* [Supplied information]

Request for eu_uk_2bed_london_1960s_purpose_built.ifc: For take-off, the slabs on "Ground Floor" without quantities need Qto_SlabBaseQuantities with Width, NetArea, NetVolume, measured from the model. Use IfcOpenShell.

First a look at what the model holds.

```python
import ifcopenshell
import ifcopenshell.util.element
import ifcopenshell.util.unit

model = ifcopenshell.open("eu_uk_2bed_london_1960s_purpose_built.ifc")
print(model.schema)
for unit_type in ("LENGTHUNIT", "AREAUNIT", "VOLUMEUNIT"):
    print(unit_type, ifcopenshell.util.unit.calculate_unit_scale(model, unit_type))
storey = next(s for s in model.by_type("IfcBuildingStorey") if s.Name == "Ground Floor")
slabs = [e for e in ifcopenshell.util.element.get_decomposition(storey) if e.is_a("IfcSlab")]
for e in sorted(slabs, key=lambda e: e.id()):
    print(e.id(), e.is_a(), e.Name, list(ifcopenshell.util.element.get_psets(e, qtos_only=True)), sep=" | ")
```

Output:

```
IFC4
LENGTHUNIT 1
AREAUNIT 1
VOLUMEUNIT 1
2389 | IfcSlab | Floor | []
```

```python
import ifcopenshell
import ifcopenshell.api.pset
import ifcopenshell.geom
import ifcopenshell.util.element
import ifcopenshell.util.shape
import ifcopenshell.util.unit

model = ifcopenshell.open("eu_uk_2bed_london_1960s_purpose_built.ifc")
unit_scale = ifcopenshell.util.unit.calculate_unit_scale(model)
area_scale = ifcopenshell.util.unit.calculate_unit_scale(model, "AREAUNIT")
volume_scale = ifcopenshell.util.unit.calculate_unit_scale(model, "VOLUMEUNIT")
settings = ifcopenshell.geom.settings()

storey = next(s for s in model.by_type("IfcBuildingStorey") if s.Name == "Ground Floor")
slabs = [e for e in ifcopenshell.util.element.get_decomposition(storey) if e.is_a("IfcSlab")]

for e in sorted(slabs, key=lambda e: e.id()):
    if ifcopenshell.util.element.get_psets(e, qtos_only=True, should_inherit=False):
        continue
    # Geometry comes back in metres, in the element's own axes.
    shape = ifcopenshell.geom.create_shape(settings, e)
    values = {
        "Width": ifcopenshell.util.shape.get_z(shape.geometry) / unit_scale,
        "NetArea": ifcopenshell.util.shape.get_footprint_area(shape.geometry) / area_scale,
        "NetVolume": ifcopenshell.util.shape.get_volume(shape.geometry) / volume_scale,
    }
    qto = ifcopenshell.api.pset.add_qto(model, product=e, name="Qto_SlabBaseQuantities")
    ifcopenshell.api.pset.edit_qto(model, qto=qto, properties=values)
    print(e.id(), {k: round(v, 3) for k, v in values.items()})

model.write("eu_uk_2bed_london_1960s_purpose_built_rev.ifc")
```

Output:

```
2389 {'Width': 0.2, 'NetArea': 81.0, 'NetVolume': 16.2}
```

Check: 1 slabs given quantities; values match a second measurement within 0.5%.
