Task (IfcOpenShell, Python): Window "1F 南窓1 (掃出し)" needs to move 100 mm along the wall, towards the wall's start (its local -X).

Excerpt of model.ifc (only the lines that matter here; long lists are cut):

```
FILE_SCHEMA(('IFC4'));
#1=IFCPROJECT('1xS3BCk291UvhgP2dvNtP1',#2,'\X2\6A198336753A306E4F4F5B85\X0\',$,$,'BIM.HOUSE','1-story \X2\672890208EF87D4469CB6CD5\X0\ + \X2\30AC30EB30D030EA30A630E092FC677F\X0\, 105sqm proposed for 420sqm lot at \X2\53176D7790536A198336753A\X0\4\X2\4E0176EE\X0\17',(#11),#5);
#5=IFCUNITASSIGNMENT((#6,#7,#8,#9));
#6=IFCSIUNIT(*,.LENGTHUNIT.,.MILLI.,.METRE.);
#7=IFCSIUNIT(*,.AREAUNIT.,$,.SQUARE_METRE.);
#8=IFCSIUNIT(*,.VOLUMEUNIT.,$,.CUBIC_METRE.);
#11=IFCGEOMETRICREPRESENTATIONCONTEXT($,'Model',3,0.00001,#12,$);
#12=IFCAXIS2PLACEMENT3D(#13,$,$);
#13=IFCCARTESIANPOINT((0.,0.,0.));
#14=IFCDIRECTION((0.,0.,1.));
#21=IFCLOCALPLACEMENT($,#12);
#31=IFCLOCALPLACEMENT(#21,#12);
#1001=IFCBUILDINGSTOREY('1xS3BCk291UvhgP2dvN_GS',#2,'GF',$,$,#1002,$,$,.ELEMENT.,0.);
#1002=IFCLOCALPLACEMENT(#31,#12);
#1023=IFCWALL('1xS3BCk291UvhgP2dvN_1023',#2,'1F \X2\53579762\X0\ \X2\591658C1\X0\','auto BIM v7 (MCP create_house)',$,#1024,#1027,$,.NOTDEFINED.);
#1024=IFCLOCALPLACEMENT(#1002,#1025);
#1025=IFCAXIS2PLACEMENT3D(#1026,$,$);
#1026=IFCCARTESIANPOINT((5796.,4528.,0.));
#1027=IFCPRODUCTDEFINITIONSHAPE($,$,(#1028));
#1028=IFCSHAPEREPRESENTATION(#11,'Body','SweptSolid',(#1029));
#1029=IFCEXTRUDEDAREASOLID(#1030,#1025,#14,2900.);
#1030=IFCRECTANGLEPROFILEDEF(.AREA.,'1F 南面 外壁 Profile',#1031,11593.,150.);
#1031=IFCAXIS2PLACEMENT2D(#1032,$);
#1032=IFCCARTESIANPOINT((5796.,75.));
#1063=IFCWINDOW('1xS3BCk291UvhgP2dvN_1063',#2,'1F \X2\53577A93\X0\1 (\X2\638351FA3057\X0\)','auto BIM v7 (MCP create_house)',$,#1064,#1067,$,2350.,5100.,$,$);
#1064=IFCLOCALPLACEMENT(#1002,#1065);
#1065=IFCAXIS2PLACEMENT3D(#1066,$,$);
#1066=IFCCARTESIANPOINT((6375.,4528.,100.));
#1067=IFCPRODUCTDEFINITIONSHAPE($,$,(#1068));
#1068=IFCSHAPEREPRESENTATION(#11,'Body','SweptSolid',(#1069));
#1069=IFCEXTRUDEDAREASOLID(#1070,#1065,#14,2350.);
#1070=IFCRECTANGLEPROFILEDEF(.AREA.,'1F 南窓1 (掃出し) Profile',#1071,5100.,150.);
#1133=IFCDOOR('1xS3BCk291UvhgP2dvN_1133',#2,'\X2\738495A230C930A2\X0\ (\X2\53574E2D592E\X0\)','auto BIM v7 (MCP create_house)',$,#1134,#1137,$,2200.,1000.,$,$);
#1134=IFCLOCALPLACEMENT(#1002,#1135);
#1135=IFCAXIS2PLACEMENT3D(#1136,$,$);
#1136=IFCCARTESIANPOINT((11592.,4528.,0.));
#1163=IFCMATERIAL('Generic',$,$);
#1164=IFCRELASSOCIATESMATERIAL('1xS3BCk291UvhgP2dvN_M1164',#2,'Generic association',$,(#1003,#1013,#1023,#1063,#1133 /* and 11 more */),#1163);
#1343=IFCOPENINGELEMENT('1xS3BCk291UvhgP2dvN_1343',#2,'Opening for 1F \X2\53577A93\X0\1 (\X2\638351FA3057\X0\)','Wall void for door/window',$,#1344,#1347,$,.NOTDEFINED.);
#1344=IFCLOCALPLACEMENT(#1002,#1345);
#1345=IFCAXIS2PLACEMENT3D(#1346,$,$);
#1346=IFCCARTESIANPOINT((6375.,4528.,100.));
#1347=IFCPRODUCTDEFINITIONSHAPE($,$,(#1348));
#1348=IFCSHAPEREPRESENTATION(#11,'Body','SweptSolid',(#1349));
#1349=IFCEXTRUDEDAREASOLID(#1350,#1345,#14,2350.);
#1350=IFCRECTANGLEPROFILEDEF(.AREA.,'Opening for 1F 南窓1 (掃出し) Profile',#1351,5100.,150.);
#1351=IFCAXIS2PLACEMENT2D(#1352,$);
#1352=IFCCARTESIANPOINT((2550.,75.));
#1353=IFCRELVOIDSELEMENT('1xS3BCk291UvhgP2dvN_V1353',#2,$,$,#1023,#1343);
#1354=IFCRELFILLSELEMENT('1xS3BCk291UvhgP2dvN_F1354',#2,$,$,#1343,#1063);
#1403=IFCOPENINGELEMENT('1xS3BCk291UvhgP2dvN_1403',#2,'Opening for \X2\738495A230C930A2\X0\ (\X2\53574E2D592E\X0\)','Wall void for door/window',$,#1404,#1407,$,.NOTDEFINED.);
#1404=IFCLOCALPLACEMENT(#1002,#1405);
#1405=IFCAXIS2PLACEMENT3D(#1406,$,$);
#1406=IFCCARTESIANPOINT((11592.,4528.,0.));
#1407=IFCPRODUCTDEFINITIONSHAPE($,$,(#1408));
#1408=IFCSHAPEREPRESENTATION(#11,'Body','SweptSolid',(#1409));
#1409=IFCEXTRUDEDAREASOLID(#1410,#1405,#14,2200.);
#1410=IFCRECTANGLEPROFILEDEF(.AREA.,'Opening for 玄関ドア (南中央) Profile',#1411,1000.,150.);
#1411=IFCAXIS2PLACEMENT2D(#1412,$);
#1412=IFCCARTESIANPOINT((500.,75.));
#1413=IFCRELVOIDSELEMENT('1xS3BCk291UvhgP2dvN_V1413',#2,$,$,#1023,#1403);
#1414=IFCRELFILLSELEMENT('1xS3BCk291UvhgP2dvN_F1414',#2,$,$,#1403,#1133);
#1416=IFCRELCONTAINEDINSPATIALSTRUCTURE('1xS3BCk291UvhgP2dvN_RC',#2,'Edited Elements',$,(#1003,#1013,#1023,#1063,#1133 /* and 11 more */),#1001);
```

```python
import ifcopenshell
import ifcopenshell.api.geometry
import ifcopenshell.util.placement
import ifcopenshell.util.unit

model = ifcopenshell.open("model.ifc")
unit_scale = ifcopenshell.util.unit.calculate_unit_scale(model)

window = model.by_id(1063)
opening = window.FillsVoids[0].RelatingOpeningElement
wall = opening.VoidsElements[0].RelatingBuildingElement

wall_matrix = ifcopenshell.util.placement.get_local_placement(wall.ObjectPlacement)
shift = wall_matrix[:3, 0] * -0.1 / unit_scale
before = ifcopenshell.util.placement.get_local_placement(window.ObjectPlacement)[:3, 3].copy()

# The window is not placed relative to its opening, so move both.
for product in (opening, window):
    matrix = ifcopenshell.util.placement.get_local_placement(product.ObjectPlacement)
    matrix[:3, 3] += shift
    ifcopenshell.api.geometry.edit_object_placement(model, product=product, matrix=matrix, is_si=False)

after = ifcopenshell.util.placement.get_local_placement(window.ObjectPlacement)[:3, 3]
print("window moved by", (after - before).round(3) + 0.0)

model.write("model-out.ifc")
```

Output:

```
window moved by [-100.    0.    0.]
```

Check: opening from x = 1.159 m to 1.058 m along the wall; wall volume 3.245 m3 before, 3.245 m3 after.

* [Requirement] Find the word "more" in the entries above. Copy every line that has it.

* [Result below]
#1164=IFCRELASSOCIATESMATERIAL('1xS3BCk291UvhgP2dvN_M1164',#2,'Generic association',$,(#1003,#1013,#1023,#1063,#1133 /* and 11 more */),#1163);
#1416=IFCRELCONTAINEDINSPATIALSTRUCTURE('1xS3BCk291UvhgP2dvN_RC',#2,'Edited Elements',$,(#1003,#1013,#1023,#1063,#1133 /* and 11 more */),#1001);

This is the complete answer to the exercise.